Dataset entries:

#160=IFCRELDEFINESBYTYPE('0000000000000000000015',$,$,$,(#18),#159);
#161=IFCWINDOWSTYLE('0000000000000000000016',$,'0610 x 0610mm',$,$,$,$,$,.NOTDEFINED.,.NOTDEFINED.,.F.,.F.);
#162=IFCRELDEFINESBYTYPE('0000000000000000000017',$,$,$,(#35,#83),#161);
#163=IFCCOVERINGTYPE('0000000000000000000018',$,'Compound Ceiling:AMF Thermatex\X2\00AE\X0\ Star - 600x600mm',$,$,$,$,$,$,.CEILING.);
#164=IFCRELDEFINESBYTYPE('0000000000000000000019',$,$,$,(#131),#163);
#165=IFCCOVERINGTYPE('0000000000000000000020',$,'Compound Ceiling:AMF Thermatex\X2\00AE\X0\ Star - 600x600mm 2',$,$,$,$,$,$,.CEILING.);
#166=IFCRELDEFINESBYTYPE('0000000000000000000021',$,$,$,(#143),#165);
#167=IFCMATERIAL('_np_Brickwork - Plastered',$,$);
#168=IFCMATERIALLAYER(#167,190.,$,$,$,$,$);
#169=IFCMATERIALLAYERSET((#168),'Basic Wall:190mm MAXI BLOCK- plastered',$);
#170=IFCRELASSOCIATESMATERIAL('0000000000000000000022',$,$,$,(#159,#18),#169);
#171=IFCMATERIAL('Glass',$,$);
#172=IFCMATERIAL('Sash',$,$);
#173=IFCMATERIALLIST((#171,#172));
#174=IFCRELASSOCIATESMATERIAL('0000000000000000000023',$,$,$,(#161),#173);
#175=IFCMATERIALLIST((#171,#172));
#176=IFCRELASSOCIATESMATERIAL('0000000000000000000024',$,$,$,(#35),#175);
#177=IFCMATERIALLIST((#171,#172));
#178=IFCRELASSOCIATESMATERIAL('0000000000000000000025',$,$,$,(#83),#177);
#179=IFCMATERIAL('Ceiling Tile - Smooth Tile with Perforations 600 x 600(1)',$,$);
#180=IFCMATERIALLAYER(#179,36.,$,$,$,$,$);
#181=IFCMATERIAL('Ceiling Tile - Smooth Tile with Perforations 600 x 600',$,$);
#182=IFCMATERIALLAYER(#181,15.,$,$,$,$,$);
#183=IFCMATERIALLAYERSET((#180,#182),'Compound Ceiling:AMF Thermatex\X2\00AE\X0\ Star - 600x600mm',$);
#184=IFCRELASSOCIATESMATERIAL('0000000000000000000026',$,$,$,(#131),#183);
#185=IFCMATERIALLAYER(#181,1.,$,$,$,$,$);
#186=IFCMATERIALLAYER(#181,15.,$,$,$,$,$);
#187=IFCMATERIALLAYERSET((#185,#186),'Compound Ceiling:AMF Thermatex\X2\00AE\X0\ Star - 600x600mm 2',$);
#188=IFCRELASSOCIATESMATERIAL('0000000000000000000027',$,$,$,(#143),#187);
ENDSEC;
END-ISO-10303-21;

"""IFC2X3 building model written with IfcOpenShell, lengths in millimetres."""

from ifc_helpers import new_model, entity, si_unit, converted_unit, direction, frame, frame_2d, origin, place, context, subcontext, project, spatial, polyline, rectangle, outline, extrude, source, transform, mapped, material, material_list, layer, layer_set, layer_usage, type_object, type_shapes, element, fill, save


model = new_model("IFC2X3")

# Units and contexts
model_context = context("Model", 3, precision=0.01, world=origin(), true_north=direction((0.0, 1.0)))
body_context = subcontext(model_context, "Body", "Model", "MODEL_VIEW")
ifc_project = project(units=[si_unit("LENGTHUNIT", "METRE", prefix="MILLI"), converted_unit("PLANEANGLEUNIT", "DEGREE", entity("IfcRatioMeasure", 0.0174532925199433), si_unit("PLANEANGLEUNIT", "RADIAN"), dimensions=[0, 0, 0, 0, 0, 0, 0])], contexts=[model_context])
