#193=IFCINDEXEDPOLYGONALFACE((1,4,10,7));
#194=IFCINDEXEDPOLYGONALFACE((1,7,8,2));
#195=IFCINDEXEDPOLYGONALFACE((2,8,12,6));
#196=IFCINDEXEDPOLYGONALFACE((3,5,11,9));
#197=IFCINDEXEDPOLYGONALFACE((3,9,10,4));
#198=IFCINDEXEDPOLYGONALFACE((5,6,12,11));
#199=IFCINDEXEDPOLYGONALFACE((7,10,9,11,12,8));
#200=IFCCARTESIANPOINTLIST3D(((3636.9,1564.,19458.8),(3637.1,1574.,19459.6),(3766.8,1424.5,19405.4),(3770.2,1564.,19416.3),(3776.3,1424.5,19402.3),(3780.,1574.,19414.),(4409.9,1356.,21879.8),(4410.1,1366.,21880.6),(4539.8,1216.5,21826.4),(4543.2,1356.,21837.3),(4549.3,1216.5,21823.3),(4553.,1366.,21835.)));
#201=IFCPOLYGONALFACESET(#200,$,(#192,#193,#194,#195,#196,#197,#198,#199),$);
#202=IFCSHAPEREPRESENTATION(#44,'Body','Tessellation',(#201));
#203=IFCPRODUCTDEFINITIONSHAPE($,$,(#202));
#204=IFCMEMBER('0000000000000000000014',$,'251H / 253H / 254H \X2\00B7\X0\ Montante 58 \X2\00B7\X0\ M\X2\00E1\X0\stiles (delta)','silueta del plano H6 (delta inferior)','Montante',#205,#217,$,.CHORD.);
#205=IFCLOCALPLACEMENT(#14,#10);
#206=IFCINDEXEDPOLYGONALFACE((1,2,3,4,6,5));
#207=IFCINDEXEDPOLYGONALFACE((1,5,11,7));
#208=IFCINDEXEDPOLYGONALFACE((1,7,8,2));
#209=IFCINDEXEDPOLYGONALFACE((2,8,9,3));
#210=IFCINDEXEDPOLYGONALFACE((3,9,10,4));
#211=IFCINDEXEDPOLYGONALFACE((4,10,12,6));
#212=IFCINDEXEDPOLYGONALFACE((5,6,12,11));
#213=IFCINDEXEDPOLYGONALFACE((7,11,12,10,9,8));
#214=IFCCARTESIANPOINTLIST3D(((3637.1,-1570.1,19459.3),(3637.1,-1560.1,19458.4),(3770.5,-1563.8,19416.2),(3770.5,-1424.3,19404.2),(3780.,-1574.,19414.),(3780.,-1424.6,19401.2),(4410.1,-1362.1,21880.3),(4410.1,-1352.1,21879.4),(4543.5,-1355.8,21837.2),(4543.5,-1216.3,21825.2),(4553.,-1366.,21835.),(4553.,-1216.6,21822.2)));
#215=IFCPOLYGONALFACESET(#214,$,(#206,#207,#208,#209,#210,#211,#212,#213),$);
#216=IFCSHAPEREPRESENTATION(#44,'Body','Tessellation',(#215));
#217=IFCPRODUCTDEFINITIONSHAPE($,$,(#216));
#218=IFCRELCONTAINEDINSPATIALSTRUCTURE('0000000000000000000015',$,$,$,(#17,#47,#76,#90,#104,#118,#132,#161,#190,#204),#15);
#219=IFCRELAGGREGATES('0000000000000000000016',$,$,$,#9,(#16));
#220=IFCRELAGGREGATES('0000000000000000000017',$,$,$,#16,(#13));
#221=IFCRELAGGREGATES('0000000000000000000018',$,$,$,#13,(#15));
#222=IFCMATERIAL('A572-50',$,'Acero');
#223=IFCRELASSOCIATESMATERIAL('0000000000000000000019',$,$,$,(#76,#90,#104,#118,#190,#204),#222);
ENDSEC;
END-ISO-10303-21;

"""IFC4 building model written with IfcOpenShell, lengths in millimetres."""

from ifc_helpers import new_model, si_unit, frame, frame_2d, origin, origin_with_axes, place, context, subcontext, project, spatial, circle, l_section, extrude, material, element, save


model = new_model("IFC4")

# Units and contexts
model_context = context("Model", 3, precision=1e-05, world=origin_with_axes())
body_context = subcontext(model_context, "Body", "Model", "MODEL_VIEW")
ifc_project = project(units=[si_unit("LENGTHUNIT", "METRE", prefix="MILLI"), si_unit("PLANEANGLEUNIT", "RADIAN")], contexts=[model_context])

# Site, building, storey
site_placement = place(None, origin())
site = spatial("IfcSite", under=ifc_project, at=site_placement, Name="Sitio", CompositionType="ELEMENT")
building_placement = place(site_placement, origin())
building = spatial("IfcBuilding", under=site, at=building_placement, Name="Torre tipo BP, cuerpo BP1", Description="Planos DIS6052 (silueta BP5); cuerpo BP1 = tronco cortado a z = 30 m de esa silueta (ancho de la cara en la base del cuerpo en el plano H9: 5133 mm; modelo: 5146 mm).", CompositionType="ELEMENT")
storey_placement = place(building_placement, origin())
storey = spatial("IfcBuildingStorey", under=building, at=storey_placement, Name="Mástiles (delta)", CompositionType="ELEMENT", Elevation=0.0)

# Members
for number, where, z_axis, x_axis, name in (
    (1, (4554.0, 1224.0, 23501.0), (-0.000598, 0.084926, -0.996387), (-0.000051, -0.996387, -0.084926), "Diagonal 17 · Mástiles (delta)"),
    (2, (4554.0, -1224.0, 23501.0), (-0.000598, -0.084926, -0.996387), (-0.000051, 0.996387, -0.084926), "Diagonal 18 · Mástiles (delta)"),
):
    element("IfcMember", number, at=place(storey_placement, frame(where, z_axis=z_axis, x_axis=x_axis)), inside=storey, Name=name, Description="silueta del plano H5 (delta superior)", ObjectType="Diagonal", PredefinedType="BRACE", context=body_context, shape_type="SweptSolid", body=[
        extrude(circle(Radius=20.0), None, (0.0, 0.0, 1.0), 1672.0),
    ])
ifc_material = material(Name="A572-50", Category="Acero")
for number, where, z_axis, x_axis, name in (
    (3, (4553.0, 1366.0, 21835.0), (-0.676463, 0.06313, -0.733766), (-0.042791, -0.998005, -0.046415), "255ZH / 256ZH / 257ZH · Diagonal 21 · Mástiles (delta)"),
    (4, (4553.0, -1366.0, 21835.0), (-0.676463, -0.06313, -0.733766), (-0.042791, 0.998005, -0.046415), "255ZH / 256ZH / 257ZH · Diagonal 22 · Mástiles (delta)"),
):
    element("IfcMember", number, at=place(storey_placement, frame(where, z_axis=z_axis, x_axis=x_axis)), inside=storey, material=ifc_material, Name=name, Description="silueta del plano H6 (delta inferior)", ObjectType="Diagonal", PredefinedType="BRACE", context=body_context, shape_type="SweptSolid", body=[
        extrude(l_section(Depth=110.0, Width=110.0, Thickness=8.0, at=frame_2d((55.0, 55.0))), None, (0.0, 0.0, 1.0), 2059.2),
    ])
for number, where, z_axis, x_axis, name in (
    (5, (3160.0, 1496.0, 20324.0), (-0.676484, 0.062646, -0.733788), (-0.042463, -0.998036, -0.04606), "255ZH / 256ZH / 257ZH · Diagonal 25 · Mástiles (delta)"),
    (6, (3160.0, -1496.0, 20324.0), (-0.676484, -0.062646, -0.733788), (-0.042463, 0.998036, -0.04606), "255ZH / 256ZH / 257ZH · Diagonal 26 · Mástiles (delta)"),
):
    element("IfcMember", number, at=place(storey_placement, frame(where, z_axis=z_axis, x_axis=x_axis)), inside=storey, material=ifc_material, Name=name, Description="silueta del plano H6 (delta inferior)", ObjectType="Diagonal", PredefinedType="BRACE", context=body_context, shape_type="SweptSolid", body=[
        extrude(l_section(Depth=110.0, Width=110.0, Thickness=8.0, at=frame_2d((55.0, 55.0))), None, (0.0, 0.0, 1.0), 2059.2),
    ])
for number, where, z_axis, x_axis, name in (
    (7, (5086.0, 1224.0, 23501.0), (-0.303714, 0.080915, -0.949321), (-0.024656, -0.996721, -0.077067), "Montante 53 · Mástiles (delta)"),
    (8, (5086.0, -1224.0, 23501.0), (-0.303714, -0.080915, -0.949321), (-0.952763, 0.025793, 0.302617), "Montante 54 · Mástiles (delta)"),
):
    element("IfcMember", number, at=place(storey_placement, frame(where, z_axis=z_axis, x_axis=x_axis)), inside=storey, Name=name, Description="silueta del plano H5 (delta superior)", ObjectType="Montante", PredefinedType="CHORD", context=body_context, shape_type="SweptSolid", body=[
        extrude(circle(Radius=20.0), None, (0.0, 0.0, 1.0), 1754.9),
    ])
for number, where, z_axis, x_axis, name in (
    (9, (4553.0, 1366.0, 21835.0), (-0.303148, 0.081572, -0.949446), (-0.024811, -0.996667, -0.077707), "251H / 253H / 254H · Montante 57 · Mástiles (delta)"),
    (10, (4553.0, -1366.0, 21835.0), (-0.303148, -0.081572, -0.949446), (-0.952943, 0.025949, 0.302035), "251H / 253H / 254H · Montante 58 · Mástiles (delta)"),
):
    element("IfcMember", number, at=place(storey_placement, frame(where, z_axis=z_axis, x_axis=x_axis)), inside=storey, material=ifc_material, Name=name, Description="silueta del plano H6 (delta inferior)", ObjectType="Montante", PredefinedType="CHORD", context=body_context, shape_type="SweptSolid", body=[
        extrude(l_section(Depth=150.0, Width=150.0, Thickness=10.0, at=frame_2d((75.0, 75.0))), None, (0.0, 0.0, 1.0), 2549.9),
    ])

Work request:
All lines above that contain "direction" are required in the answer.

Task response:
from ifc_helpers import new_model, entity, si_unit, converted_unit, direction, frame, frame_2d, origin, place, context, subcontext, project, spatial, polyline, rectangle, outline, extrude, source, transform, mapped, material, material_list, layer, layer_set, layer_usage, type_object, type_shapes, element, fill, save
model_context = context("Model", 3, precision=0.01, world=origin(), true_north=direction((0.0, 1.0)))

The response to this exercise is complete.